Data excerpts
#####

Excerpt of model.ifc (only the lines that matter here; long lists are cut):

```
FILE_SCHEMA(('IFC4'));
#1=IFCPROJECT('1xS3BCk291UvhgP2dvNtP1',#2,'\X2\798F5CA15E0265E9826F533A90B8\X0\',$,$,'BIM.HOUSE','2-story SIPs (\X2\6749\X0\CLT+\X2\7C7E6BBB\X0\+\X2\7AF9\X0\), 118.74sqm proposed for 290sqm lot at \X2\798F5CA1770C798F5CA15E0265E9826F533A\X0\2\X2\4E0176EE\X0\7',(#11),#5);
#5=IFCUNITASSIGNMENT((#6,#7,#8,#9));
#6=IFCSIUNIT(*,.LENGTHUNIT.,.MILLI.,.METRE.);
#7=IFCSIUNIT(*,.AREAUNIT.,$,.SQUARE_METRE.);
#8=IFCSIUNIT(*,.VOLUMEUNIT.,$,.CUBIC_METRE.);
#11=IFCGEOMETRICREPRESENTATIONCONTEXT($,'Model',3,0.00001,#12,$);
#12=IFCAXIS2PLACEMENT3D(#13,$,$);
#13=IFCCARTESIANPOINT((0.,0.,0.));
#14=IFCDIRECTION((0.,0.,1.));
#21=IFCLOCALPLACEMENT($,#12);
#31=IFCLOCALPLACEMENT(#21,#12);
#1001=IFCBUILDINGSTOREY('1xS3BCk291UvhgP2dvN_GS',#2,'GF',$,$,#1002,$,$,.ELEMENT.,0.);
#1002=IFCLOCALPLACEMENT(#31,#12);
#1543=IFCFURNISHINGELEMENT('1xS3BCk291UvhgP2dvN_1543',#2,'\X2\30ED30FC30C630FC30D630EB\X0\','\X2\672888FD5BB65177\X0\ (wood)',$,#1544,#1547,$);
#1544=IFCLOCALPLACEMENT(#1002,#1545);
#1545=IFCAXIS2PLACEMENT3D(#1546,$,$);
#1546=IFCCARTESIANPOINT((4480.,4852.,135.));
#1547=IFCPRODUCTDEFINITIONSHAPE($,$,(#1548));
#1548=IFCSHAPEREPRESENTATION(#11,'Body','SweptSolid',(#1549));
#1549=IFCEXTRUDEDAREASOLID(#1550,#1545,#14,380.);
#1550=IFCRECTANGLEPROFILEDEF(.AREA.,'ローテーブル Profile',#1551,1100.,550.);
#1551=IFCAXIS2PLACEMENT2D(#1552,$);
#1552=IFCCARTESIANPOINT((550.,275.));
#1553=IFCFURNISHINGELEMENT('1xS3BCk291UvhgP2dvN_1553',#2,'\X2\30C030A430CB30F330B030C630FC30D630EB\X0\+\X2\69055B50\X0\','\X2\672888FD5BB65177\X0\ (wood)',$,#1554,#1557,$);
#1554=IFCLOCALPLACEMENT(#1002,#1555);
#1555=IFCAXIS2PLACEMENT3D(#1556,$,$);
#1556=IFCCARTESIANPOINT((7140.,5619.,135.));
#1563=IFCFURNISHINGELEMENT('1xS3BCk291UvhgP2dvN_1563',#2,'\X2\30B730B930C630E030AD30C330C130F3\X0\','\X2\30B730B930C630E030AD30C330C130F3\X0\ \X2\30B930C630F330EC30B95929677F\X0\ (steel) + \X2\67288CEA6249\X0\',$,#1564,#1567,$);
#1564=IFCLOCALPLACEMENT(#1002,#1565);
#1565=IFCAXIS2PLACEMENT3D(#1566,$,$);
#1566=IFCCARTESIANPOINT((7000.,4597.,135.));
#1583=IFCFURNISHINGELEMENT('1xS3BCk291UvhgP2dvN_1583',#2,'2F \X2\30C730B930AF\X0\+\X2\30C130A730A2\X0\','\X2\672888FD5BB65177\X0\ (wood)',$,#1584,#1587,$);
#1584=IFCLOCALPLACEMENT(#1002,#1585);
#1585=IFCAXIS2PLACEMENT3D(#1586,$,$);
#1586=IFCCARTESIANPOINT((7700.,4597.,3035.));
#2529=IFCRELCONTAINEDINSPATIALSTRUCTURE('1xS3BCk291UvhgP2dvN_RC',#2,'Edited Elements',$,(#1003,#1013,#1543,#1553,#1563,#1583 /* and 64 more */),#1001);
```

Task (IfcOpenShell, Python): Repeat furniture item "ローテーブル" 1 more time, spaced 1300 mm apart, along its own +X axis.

```python
import ifcopenshell
import ifcopenshell.api.geometry
import ifcopenshell.api.root
import ifcopenshell.util.element
import ifcopenshell.util.placement
import ifcopenshell.util.unit

model = ifcopenshell.open("model.ifc")
unit_scale = ifcopenshell.util.unit.calculate_unit_scale(model)


def reuse_history(source, copy):
    """copy_class also copies each property set's owner history, people and application; keep the originals."""
    for rel in copy.IsDefinedBy:
        if rel.is_a("IfcRelDefinesByProperties") and (history := rel.RelatingPropertyDefinition.OwnerHistory):
            rel.RelatingPropertyDefinition.OwnerHistory = source.OwnerHistory
            ifcopenshell.util.element.remove_deep2(model, history)


source = model.by_guid("1xS3BCk291UvhgP2dvN_1543")
base = ifcopenshell.util.placement.get_local_placement(source.ObjectPlacement)
step = base[:3, 0] * 1.3 / unit_scale

for i in range(1, 2):
    copy = ifcopenshell.api.root.copy_class(model, product=source)
    copy.Representation = ifcopenshell.util.element.copy_deep(
        model, source.Representation, exclude=["IfcGeometricRepresentationContext", "IfcRepresentationMap"]
    )
    reuse_history(source, copy)
    matrix = base.copy()
    matrix[:3, 3] += i * step
    print("added at", matrix[:3, 3].round(3) + 0.0)
    ifcopenshell.api.geometry.edit_object_placement(model, product=copy, matrix=matrix, is_si=False)

model.write("model-out.ifc")
```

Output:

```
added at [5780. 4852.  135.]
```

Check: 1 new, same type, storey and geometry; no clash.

#####

> **WORK INSTRUCTIONS**
What lines in the data above contain the word "IFCCARTESIANPOINT"? Show them all.

> **RESPONSE**
#13=IFCCARTESIANPOINT((0.,0.,0.));
#1546=IFCCARTESIANPOINT((4480.,4852.,135.));
#1552=IFCCARTESIANPOINT((550.,275.));
#1556=IFCCARTESIANPOINT((7140.,5619.,135.));
#1566=IFCCARTESIANPOINT((7000.,4597.,135.));
#1586=IFCCARTESIANPOINT((7700.,4597.,3035.));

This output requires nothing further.